The Fed hopes to eventually pass the baton of support to a healthier economy, but the economy has continued to lag growing ever more dependent on government support.

QE is a sign of US fiscal weakness.

Fewer and fewer see US debt as a good store of value. Europe, battling its own debt problems is a poor market for US debt, while Japan is caught between demographic issues, a 20 Keynesian born recession, and most recently the massive costs associated with earthquake, tsunami, and nuclear disasters has become a poor market for US debt as well.

Now in the wake of Obama's spend more budget proposal which makes self imposed American austerity an unlikely course China has joined S&P in viewing the US as a poorer investment. It seems China may not only cease buying US debt, but eventually dump 66% of their US debt.

Our congress' inability to reconcile the fiscal incoherence between its desire to spend and its ability to raise taxes has turned to debt to cover the difference and in so doing has laid its neck across the Chinese fiscal chopping block.

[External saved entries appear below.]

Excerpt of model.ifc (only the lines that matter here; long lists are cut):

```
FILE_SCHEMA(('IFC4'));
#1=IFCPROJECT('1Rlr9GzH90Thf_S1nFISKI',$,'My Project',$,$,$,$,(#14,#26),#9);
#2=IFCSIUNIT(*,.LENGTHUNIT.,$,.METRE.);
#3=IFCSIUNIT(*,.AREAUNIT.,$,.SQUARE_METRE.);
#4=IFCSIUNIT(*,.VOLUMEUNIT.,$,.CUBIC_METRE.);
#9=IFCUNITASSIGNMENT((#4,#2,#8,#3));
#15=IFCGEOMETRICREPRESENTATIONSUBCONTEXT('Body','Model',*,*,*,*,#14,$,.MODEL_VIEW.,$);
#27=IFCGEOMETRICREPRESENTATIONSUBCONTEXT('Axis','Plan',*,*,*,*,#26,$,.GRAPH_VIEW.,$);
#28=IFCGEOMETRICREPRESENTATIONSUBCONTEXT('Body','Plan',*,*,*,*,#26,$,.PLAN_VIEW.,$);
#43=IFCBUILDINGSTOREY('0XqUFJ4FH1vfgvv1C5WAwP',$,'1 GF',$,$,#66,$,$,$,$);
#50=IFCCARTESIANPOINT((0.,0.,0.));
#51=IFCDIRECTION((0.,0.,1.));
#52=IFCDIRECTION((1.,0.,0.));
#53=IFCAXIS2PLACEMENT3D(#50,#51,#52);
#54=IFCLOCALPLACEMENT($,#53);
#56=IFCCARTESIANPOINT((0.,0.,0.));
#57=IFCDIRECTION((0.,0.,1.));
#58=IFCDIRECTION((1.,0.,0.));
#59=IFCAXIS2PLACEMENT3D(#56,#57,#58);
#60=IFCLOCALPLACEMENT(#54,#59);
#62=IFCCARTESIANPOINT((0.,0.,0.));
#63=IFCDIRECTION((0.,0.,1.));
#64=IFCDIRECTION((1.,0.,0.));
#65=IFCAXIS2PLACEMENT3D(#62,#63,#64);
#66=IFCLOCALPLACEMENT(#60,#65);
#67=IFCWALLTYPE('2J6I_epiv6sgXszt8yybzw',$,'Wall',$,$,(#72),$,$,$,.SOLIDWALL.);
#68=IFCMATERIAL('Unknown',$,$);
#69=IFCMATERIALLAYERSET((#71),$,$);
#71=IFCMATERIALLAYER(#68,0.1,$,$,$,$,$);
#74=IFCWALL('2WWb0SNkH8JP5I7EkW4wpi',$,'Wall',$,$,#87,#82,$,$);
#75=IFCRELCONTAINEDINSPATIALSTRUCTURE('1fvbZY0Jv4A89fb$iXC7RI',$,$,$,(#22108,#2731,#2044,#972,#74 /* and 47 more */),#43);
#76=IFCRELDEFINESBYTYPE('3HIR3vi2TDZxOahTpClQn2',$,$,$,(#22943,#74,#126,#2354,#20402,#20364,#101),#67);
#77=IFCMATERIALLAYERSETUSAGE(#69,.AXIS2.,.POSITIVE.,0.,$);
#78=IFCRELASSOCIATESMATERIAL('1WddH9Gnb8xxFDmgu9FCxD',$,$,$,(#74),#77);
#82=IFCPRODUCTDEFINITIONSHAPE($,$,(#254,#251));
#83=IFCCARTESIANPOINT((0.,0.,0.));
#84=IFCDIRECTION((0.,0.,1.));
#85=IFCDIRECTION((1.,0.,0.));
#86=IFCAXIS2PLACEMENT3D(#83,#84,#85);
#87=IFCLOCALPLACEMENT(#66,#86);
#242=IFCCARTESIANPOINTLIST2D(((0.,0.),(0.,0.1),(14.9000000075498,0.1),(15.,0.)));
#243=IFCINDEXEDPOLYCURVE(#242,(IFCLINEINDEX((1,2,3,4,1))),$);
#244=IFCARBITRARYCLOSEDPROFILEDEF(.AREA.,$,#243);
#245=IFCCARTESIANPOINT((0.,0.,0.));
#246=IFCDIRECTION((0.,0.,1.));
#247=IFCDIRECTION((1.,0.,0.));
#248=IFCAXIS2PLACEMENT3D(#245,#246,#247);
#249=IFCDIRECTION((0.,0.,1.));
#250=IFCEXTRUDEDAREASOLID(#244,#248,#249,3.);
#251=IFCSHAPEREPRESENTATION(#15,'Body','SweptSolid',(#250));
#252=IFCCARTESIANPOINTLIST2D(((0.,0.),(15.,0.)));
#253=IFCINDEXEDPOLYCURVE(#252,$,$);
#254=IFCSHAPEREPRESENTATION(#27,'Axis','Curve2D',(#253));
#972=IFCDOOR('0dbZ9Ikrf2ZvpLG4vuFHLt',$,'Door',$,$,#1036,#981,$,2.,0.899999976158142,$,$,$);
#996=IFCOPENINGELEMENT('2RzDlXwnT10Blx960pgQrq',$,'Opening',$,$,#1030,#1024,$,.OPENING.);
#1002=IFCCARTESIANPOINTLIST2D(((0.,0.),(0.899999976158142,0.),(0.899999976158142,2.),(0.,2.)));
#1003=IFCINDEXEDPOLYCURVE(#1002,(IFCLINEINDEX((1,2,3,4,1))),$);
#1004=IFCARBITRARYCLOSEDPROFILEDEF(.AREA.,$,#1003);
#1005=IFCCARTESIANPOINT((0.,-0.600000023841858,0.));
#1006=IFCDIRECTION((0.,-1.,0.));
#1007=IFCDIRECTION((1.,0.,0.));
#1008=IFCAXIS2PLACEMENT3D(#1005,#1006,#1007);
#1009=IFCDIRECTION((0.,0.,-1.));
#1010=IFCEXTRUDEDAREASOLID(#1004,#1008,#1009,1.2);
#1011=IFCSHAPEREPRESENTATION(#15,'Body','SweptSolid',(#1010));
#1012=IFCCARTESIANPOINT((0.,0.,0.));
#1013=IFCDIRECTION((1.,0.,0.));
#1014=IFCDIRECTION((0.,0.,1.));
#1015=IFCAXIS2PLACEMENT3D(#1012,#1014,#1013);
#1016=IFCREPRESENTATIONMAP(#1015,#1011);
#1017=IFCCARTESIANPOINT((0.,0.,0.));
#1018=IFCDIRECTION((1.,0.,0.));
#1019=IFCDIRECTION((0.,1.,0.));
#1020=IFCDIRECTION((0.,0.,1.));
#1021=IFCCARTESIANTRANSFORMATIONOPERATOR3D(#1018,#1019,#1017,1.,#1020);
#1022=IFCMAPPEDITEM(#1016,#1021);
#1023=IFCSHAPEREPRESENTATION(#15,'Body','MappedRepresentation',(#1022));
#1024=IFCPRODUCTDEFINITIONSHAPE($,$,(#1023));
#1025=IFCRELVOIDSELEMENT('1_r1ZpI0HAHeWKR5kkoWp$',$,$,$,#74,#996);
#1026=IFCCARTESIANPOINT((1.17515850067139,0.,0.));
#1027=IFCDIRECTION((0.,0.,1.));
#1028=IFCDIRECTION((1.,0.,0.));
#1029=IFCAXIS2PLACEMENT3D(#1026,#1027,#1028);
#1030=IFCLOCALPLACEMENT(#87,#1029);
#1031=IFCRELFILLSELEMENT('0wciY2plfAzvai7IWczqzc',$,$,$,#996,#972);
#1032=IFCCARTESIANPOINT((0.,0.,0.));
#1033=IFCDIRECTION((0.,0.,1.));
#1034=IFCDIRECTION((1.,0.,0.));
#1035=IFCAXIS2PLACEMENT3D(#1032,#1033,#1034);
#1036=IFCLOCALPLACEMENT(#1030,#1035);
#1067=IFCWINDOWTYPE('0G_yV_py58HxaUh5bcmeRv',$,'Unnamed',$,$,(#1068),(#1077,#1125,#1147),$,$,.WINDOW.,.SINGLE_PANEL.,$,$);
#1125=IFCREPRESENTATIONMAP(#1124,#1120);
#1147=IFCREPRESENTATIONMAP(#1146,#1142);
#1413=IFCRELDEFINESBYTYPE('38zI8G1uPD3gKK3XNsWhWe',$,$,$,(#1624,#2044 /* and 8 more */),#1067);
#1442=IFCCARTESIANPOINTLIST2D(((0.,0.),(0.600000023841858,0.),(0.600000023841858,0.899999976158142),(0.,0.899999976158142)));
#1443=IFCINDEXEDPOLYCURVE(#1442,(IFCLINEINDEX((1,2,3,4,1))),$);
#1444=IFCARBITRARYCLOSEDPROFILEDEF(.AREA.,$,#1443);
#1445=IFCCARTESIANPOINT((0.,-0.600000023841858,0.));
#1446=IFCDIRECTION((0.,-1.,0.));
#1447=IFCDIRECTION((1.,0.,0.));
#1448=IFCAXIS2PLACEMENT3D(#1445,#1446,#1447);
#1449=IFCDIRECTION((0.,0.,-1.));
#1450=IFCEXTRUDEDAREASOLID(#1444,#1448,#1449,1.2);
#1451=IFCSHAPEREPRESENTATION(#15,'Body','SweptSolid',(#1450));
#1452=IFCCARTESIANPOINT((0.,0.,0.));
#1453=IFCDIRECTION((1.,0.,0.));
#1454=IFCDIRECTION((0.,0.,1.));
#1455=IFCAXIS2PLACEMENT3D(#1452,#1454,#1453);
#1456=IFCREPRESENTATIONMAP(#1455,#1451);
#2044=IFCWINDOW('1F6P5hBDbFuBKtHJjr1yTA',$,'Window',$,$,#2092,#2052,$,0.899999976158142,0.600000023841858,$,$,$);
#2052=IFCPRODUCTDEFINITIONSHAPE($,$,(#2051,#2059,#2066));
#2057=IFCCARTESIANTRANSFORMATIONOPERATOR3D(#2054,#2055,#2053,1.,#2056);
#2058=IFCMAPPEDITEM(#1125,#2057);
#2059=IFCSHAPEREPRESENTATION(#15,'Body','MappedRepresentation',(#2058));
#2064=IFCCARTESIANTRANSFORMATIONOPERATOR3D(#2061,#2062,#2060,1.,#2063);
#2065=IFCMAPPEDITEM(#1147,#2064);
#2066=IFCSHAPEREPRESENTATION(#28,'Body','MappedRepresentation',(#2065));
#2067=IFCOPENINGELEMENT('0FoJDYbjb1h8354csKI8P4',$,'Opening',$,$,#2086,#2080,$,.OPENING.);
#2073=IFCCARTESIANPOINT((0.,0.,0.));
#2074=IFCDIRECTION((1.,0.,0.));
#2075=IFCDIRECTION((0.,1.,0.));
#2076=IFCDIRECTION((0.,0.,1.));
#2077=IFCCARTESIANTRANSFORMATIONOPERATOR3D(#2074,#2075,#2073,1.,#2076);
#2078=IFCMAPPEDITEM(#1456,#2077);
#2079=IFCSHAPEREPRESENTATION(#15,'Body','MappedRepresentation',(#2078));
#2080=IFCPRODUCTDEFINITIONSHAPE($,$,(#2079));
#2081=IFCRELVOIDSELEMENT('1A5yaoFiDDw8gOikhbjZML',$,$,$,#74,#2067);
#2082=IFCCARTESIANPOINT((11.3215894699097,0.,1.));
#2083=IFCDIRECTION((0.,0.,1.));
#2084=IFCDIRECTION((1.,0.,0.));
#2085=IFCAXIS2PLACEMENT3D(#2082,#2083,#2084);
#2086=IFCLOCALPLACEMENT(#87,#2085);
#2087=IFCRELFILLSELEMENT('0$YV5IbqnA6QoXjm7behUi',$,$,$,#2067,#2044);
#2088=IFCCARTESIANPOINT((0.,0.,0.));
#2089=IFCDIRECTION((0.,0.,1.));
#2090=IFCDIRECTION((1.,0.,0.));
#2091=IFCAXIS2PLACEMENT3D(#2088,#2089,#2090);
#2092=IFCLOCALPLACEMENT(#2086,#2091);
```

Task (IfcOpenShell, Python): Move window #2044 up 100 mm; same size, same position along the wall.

```python
import numpy as np
import ifcopenshell
import ifcopenshell.api.geometry
import ifcopenshell.util.placement
import ifcopenshell.util.unit

model = ifcopenshell.open("model.ifc")
unit_scale = ifcopenshell.util.unit.calculate_unit_scale(model)

window = model.by_guid("1F6P5hBDbFuBKtHJjr1yTA")
opening = window.FillsVoids[0].RelatingOpeningElement
dz = 0.1

shift = np.array([0.0, 0.0, dz])
# The window is placed relative to its opening, so it follows when the opening moves.
matrix = ifcopenshell.util.placement.get_local_placement(opening.ObjectPlacement)
matrix[:3, 3] += shift
ifcopenshell.api.geometry.edit_object_placement(
    model, product=opening, matrix=matrix, is_si=False, should_transform_children=True
)

print(f"moved by {dz * unit_scale:+.3f} m")

model.write("model_rev.ifc")
```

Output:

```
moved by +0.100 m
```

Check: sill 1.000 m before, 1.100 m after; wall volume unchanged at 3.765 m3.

Schemes on dreams -- A poor choice.


Via Zero Hedge:
China appears to be getting ready to cut its USD reserves by roughly the amount of dollars that was recently printed by the Fed, or $2 trilion or so. And to think that this comes just as news that the Japanese pension fund will soon be dumping who knows what. So, once again, how about that "end of QE" again?

From Xinhua:

China's foreign exchange reserves increased by 197.4 billion U.S. dollars in the first three months of this year to 3.04 trillion U.S. dollars by the end of March.

Xia Bin, a member of the monetary policy committee of the central bank, said on Tuesday that 1 trillion U.S. dollars would be sufficient. He added that China should invest its foreign exchange reserves more strategically, using them to acquire resources and technology needed for the real economy.